I think every network engineer should create a loop in a lab environment and observe precisely what happens. It isn’t what you expect. Taking two switches with a blank config and putting two wires between them is normally enough. However, to really understand the phenomena and to be able to do something about it, you need to add some clients/uplinks to the lab so you can see the effect on users rather than enjoy the disco effect of the port lights. The first thing you’ll notice when you plug in that second link is that nothing really happens. This comes as a surprise to some who expect network death instantly. If you do this in a live DC you do get a more instant effect. In some configurations nothing will happen at all if you do nothing further leaving the inexperienced engineer to think they are so rubbish they can’t even break a network. #selfconfession
In this basic setup you have a physical loop with vlan 1 able to flow in a loop between the two switches. So you have one part of the cause. Assuming the switch doesn’t have a loop prevention mechanism in place it is fair to question why the solid activity lights associated with broadcast loops aren’t evident. You’ll see the occasional flash as the switches protocols are put to work like LLDP. The reason no loop exists is that no BUM traffic is present in this network that could spin round and around. The only traffic being transmitted in this lab is from the switches. Things like CDP/LLDP are broadcast in nature but they are also special cases that a receiving switch will accept but then destroy. So in some way there is a loop prevention in place per protocol. So even without classic mechanisms specifically designed to stop loops a basic loop will sit there for ever without much more than the occasional flash.
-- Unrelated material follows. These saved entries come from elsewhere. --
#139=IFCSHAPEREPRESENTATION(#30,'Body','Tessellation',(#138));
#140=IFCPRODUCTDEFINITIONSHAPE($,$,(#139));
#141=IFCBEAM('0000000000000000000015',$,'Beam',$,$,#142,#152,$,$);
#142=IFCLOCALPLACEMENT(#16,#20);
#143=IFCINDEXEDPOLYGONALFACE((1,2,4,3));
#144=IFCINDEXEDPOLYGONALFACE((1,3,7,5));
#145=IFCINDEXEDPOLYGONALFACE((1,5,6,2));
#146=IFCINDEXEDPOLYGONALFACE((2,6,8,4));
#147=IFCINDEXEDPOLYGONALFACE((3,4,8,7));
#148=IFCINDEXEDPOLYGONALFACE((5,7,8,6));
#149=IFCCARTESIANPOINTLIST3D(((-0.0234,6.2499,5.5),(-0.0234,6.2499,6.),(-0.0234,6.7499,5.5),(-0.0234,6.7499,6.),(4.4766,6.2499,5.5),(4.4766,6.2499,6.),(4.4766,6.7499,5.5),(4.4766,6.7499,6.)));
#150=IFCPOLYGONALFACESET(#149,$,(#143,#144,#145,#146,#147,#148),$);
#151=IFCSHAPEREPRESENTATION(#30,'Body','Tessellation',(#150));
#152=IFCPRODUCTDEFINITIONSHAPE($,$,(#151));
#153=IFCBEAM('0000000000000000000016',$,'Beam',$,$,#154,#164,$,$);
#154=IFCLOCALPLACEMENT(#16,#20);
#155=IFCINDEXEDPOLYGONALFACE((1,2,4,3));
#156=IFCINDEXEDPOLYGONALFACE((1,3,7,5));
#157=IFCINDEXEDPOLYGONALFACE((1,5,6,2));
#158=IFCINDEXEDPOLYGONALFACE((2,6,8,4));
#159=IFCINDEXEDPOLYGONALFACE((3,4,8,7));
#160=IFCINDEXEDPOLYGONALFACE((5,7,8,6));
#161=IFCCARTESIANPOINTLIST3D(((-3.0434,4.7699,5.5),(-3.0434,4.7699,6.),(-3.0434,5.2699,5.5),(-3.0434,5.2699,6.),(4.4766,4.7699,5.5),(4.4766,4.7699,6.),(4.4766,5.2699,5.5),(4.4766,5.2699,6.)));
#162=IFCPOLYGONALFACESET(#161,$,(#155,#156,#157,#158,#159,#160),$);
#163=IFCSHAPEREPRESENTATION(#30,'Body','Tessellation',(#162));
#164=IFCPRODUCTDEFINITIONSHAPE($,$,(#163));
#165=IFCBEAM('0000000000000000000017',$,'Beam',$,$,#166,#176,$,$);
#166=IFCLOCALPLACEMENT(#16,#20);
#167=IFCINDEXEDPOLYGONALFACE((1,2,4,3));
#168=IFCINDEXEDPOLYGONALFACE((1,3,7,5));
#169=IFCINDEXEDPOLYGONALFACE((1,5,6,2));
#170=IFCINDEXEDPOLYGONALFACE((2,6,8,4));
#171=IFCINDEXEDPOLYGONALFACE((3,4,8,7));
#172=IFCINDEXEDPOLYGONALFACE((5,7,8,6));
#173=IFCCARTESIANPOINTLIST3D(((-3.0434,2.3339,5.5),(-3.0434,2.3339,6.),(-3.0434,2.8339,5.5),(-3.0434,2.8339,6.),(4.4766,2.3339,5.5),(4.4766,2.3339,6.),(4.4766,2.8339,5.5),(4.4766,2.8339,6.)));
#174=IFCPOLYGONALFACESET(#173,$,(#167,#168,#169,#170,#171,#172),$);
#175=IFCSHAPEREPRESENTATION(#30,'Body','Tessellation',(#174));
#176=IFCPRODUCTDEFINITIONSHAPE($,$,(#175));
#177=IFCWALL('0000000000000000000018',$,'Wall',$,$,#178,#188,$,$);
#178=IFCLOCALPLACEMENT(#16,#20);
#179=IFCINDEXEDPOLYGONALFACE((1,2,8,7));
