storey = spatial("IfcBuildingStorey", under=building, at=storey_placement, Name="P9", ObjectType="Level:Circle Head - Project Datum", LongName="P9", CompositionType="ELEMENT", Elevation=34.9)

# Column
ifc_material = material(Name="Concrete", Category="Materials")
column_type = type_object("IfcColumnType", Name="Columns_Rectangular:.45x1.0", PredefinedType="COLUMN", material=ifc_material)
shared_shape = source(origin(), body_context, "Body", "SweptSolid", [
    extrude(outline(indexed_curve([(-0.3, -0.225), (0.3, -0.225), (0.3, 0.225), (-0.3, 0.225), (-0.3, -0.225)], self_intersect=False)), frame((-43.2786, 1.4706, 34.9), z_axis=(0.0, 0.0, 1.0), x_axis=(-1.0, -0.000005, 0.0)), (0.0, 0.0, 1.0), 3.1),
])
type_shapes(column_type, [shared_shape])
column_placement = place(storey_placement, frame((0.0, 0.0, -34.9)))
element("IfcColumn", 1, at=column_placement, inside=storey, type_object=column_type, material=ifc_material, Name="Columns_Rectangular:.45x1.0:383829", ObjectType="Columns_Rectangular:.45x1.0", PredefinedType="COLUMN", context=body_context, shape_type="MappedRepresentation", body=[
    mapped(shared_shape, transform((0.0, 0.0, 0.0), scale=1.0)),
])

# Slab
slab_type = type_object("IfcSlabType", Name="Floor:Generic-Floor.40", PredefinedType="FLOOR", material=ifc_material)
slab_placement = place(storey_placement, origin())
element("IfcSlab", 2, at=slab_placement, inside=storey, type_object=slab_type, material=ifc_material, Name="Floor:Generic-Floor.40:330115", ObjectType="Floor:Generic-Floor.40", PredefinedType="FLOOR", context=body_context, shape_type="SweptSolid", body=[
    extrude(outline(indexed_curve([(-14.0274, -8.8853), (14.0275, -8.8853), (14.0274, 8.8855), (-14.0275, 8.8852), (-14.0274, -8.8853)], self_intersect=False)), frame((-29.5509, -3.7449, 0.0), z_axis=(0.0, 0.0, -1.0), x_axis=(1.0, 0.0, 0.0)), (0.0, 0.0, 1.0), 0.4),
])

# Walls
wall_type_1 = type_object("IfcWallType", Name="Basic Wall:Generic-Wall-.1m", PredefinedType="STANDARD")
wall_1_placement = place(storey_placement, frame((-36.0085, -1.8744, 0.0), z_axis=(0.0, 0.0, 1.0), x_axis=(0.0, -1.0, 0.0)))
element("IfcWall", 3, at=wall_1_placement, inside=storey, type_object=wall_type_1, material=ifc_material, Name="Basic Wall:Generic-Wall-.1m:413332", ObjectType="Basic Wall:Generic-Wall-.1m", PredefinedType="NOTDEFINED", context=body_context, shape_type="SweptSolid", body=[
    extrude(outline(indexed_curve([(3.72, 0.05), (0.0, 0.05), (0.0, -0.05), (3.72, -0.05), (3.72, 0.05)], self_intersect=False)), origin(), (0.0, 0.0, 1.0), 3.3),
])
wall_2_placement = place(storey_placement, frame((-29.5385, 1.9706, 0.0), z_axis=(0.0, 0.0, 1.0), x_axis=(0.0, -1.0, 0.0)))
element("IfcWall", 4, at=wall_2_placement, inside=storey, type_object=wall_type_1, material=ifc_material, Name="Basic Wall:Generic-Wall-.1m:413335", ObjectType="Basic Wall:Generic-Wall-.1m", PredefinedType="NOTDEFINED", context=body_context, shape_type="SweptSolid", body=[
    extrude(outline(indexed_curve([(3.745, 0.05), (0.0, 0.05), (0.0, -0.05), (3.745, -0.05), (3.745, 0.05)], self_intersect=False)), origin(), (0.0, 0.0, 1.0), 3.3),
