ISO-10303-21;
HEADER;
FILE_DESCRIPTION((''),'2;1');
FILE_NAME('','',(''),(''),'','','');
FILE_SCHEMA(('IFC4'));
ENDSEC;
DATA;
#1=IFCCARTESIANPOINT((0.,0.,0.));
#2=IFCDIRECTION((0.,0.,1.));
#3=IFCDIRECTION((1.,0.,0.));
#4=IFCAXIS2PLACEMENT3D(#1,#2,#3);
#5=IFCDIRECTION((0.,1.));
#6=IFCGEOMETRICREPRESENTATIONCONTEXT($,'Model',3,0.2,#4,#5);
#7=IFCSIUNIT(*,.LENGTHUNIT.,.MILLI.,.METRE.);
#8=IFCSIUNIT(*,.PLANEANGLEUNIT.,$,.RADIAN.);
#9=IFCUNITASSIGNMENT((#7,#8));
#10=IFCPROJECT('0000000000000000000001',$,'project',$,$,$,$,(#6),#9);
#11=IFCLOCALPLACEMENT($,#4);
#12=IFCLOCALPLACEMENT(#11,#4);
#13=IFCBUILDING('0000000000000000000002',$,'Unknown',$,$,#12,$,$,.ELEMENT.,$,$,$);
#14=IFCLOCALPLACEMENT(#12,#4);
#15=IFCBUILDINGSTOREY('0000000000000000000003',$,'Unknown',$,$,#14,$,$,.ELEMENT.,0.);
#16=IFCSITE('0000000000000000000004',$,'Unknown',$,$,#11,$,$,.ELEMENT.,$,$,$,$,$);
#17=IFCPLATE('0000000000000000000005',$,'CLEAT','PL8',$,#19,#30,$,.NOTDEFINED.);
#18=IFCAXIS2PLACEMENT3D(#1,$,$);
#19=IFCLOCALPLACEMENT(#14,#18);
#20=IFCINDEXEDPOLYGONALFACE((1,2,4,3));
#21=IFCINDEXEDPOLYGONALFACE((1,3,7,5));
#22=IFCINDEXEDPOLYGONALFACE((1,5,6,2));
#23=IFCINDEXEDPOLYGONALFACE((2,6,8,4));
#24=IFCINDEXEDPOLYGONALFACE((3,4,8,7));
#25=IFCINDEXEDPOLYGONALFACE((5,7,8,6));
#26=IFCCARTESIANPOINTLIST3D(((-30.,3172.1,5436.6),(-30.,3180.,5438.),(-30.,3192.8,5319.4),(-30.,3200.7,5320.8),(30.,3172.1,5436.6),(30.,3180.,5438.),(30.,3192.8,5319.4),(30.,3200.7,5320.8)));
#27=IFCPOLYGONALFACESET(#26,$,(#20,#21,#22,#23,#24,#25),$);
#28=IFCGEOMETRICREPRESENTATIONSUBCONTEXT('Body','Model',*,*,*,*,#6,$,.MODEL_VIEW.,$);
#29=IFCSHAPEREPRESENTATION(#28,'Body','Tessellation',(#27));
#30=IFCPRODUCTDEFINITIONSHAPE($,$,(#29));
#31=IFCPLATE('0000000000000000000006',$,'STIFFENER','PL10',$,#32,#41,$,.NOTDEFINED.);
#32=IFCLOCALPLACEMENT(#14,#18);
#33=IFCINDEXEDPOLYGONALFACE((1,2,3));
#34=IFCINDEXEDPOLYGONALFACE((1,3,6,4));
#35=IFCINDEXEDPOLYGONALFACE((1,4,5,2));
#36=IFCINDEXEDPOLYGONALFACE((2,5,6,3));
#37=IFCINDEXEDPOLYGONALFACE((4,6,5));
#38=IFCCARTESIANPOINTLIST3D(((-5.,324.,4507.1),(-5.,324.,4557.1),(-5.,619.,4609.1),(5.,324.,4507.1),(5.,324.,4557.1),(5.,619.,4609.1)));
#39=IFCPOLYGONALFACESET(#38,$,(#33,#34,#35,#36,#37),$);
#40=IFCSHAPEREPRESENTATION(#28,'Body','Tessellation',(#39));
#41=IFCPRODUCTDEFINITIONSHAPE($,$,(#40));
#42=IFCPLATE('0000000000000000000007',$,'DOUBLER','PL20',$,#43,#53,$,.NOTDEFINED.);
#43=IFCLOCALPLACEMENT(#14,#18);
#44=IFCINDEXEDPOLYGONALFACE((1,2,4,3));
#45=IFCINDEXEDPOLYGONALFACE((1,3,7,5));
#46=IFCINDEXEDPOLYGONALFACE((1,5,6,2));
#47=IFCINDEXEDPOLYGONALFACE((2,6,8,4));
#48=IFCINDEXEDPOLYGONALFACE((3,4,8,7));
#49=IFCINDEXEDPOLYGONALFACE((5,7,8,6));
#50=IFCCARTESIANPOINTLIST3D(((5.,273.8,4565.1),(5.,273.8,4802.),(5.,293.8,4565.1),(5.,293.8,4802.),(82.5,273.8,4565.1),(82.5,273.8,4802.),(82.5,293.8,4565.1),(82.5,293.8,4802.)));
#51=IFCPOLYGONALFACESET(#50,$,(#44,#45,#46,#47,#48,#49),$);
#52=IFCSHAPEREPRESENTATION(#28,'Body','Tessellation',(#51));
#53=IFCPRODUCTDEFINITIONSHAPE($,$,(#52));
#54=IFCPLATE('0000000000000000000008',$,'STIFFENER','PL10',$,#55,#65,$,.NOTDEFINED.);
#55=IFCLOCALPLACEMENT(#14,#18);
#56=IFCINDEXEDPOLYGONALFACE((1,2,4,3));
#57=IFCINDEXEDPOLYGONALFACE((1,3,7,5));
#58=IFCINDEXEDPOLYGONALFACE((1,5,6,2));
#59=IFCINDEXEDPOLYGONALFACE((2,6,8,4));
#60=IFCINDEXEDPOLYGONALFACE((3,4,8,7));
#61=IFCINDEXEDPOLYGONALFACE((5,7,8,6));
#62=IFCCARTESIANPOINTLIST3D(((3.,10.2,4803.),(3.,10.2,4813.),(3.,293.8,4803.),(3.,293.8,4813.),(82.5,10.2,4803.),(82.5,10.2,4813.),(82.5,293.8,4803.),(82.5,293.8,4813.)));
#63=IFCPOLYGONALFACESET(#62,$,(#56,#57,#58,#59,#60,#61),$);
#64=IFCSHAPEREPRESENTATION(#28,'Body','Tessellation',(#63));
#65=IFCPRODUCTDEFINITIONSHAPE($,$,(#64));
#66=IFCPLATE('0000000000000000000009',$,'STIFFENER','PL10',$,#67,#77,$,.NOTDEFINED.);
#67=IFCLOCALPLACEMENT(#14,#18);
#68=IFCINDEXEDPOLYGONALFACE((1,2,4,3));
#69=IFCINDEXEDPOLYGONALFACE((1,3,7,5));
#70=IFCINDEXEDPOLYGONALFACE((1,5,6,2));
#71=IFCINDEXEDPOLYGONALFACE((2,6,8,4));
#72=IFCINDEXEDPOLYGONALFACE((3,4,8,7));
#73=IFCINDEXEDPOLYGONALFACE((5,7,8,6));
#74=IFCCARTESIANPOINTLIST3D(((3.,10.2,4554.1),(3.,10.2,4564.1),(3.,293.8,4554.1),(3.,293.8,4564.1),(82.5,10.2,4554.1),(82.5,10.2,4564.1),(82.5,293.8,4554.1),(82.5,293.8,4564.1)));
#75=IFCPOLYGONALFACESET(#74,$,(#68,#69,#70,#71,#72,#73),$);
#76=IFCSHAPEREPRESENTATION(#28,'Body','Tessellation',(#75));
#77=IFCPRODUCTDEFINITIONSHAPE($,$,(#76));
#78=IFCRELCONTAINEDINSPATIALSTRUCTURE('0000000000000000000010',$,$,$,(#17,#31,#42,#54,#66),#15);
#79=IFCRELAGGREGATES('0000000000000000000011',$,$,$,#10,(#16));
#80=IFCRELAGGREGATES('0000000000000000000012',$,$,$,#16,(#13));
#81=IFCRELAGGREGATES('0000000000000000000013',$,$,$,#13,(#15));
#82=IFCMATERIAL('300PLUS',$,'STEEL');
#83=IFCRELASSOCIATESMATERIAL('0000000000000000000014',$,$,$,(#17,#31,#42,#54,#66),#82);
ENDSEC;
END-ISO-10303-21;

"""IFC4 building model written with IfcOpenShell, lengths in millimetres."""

from ifc_helpers import new_model, si_unit, direction, frame, origin_with_axes, place, context, subcontext, project, spatial, line, indexed_curve, outline, extrude, material, element, save


model = new_model("IFC4")

# Units and contexts
model_context = context("Model", 3, precision=0.2, world=origin_with_axes(), true_north=direction((0.0, 1.0)))
body_context = subcontext(model_context, "Body", "Model", "MODEL_VIEW")
ifc_project = project(units=[si_unit("LENGTHUNIT", "METRE", prefix="MILLI"), si_unit("PLANEANGLEUNIT", "RADIAN")], contexts=[model_context])

# Site, building, storey
site_placement = place(None, origin_with_axes())
site = spatial("IfcSite", under=ifc_project, at=site_placement, Name="Unknown", CompositionType="ELEMENT")
building_placement = place(site_placement, origin_with_axes())
building = spatial("IfcBuilding", under=site, at=building_placement, Name="Unknown", CompositionType="ELEMENT")
storey_placement = place(building_placement, origin_with_axes())
storey = spatial("IfcBuildingStorey", under=building, at=storey_placement, Name="Unknown", CompositionType="ELEMENT", Elevation=0.0)

# Shared definitions
ifc_material_1 = material(Name="300PLUS", Category="STEEL")

# Plates
for number, where, z_axis, x_axis, name in (
    (1, (30.0, 3196.7, 5320.1), (0.0, 0.984758, 0.173929), (-1.0, 0.0, 0.0), "CLEAT"),
):
    element("IfcPlate", number, at=place(storey_placement, frame(where, z_axis=z_axis, x_axis=x_axis)), inside=storey, material=ifc_material_1, Name=name, Description="PL8", PredefinedType="NOTDEFINED", context=body_context, shape_type="SolidModel", body=[
        extrude(outline(indexed_curve([(0.0, 0.0), (60.0, 0.0), (60.0, 119.0), (0.0, 119.0)], segments=[line(1, 2, 3, 4, 1)])), frame((0.0, 0.0, 4.0), z_axis=(0.0, 0.0, 1.0), x_axis=(1.0, 0.0, 0.0)), (0.0, 0.0, -1.0), 8.0),
    ])
plate_1_placement = place(storey_placement, frame((0.0, 619.0, 4609.1), z_axis=(1.0, 0.0, 0.0), x_axis=(0.0, -0.984817, -0.173595)))
element("IfcPlate", 2, at=plate_1_placement, inside=storey, material=ifc_material_1, Name="STIFFENER", Description="PL10", PredefinedType="NOTDEFINED", context=body_context, shape_type="SolidModel", body=[
    extrude(outline(indexed_curve([(0.0, 0.0), (299.5, 0.0), (308.2, 49.2)], segments=[line(1, 2, 3, 1)])), frame((0.0, 0.0, 5.0), z_axis=(0.0, 0.0, 1.0), x_axis=(1.0, 0.0, 0.0)), (0.0, 0.0, -1.0), 10.0),
])
plate_2_placement = place(storey_placement, frame((5.0, 283.8, 4565.1), z_axis=(0.0, -1.0, 0.0), x_axis=(1.0, 0.0, 0.0)))
element("IfcPlate", 3, at=plate_2_placement, inside=storey, material=ifc_material_1, Name="DOUBLER", Description="PL20", PredefinedType="NOTDEFINED", context=body_context, shape_type="SolidModel", body=[
    extrude(outline(indexed_curve([(0.0, 0.0), (77.5, 0.0), (77.5, 236.9), (0.0, 236.9)], segments=[line(1, 2, 3, 4, 1)])), frame((0.0, 0.0, 10.0), z_axis=(0.0, 0.0, 1.0), x_axis=(1.0, 0.0, 0.0)), (0.0, 0.0, -1.0), 20.0),
])
for number, where, z_axis, x_axis, name in (
    (4, (3.0, 10.2, 4808.0), (0.0, 0.0, 1.0), (1.0, 0.0, 0.0), "STIFFENER"),
    (5, (3.0, 10.2, 4559.1), (0.0, 0.0, 1.0), (1.0, 0.0, 0.0), "STIFFENER"),
):
    element("IfcPlate", number, at=place(storey_placement, frame(where, z_axis=z_axis, x_axis=x_axis)), inside=storey, material=ifc_material_1, Name=name, Description="PL10", PredefinedType="NOTDEFINED", context=body_context, shape_type="SolidModel", body=[
        extrude(outline(indexed_curve([(0.0, 0.0), (79.5, 0.0), (79.5, 283.6), (0.0, 283.6)], segments=[line(1, 2, 3, 4, 1)])), frame((0.0, 0.0, 5.0), z_axis=(0.0, 0.0, 1.0), x_axis=(1.0, 0.0, 0.0)), (0.0, 0.0, -1.0), 10.0),
    ])

save(model, "model.ifc")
This is a key point: You can have a loop without a broadcast storm. The two are not implicitly linked.
With this lab you could then assign an IP to one of the switches. This gives that switches the power of ARP. At this point you might still see no storm. This is because the switch has no reason to ARP. If you then try and ping an address on the same subnet it will try and resolve the address with an ARP request which is a broadcast packet sent out of every interface in the VLAN.
It is fair to assume that when you press enter for said ping command that the reward of a storm should come instantaneously. Most of the time this isn’t the case. You’ll see no storm. This is because what happens under the hood is that the single ARP packet is transmitted from the source switch to the other switch, which then floods it out of every interface (makes one copy) and sends it back to the source. And so on. and so on. So now you have a physical loop with a logical loop configured and for the first time actual traffic that is looping. You’ve achieved a broadcast loop. You haven’t achieved a broadcast storm.
At this point you would be forgiven for giving up and heading out of the lab for a brew. This isn’t a bad idea. Take five and return to the lab and you might get a surprise. Someone has done something that has created the storm you’ve been chasing all day. All the connected interface lights are flashing constantly and switch logs are full of complaints.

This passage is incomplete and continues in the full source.